▸ **Task details**
Keep only the lines that hold the string "IFCRELAGGREGATES", filtering out the rest of the entries below.

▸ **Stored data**
────────────────

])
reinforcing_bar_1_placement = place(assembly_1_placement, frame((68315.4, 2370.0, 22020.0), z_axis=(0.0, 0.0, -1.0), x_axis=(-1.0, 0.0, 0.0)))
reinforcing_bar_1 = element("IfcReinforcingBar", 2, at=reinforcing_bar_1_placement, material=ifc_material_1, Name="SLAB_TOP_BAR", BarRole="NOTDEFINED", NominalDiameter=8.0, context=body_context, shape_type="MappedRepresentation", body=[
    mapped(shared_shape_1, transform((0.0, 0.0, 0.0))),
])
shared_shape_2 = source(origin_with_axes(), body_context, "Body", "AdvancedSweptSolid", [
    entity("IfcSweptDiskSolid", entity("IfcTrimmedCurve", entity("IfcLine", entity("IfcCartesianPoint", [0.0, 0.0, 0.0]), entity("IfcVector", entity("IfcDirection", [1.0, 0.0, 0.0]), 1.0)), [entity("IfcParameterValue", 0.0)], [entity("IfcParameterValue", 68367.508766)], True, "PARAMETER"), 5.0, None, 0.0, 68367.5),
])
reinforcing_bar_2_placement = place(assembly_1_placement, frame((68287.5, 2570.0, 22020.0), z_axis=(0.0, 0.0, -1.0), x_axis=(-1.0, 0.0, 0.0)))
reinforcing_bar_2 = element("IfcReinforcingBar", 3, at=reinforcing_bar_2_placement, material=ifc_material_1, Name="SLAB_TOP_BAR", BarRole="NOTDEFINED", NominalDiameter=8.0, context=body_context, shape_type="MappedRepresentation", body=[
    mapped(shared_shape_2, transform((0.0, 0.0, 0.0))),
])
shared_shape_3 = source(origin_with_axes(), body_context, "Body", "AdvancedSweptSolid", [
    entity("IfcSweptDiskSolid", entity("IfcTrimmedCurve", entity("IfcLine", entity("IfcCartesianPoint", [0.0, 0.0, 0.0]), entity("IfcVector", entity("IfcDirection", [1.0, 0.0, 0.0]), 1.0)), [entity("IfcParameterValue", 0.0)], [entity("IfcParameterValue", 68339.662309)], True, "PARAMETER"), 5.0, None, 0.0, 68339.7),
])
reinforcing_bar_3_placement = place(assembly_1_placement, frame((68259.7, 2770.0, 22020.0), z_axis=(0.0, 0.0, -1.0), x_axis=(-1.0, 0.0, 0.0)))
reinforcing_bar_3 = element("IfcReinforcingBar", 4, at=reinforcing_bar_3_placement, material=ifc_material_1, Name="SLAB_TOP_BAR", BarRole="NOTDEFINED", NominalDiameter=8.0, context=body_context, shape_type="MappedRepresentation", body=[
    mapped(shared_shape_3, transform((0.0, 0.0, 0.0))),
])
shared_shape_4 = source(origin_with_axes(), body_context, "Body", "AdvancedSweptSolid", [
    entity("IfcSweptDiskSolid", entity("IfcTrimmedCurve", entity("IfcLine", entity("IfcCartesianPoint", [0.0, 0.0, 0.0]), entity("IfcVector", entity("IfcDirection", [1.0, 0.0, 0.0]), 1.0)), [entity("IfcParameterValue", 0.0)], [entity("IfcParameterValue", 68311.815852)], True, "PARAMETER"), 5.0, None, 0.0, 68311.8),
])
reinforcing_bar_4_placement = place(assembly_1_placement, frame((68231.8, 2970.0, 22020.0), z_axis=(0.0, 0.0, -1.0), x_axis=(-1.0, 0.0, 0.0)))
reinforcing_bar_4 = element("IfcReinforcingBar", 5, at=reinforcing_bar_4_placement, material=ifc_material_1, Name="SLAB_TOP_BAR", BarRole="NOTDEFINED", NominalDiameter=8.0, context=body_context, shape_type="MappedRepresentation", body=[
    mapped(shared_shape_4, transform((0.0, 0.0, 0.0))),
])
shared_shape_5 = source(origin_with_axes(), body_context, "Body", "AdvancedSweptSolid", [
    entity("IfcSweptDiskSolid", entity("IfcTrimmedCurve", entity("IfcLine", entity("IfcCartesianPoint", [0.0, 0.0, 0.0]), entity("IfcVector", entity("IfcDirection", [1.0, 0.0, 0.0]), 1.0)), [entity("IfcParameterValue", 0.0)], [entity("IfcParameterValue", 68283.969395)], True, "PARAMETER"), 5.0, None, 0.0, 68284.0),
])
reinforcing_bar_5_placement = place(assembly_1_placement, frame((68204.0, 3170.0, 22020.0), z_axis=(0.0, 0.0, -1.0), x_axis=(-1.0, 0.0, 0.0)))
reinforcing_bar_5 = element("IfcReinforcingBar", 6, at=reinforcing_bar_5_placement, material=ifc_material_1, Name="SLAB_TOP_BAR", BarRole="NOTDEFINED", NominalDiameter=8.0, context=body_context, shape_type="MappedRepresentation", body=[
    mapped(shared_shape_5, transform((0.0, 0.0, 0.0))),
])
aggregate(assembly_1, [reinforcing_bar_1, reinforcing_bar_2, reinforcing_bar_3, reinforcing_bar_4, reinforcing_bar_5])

────────────────

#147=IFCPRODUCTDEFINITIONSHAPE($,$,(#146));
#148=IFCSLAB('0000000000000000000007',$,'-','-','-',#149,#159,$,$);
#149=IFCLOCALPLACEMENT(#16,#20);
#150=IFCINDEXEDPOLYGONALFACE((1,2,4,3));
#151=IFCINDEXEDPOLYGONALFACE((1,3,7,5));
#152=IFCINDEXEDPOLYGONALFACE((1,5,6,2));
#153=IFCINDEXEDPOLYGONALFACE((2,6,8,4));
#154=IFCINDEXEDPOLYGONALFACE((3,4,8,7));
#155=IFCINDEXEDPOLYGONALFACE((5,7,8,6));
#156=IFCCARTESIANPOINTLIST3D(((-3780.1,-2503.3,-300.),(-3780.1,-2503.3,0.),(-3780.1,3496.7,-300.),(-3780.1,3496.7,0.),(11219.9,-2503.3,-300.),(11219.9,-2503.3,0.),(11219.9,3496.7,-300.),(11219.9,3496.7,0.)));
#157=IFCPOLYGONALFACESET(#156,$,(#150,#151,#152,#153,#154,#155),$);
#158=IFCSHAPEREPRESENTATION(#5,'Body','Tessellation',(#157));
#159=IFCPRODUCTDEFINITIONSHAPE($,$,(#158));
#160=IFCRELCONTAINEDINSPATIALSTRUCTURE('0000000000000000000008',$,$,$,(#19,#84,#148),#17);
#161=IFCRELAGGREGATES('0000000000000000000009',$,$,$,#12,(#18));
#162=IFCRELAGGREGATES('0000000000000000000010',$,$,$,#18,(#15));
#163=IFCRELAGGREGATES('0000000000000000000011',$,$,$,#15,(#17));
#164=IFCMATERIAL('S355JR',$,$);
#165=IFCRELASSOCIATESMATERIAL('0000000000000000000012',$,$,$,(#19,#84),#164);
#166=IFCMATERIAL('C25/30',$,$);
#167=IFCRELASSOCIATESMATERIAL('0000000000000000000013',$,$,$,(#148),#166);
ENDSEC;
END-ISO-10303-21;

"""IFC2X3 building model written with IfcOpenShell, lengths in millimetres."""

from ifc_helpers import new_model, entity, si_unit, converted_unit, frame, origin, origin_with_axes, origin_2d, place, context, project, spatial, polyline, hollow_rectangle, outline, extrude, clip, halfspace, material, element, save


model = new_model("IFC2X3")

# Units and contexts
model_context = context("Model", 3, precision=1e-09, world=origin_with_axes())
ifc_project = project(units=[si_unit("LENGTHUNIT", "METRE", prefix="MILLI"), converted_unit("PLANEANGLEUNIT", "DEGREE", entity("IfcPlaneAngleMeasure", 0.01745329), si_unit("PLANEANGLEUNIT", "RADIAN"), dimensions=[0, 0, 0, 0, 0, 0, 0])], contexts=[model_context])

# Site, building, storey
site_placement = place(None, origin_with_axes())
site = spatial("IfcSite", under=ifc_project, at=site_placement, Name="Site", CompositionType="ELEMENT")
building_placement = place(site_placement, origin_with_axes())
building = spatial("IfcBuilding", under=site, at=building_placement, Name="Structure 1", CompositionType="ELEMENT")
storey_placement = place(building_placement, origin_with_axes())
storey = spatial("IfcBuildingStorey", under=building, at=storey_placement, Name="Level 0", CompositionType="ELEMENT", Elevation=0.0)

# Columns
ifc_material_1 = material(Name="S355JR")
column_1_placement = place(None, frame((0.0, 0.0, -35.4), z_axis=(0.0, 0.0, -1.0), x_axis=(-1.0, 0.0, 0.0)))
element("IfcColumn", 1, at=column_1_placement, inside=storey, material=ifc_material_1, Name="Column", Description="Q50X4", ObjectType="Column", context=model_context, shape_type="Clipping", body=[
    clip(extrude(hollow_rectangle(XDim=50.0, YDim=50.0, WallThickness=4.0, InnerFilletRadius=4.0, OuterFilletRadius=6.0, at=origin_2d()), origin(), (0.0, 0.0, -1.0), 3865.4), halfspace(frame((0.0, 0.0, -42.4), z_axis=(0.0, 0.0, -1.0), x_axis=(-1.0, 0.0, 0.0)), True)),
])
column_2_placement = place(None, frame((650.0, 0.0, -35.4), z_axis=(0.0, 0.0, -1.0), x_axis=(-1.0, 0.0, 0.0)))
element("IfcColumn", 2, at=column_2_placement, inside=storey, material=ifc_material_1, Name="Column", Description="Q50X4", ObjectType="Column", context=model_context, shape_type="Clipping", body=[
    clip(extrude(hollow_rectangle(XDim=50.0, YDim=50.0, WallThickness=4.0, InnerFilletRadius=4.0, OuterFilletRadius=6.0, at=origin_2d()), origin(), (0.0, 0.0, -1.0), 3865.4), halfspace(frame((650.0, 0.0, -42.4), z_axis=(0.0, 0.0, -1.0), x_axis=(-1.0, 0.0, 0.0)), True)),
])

────────────────

▸ **Task response**
#161=IFCRELAGGREGATES('0000000000000000000009',$,$,$,#12,(#18));
#162=IFCRELAGGREGATES('0000000000000000000010',$,$,$,#18,(#15));
#163=IFCRELAGGREGATES('0000000000000000000011',$,$,$,#15,(#17));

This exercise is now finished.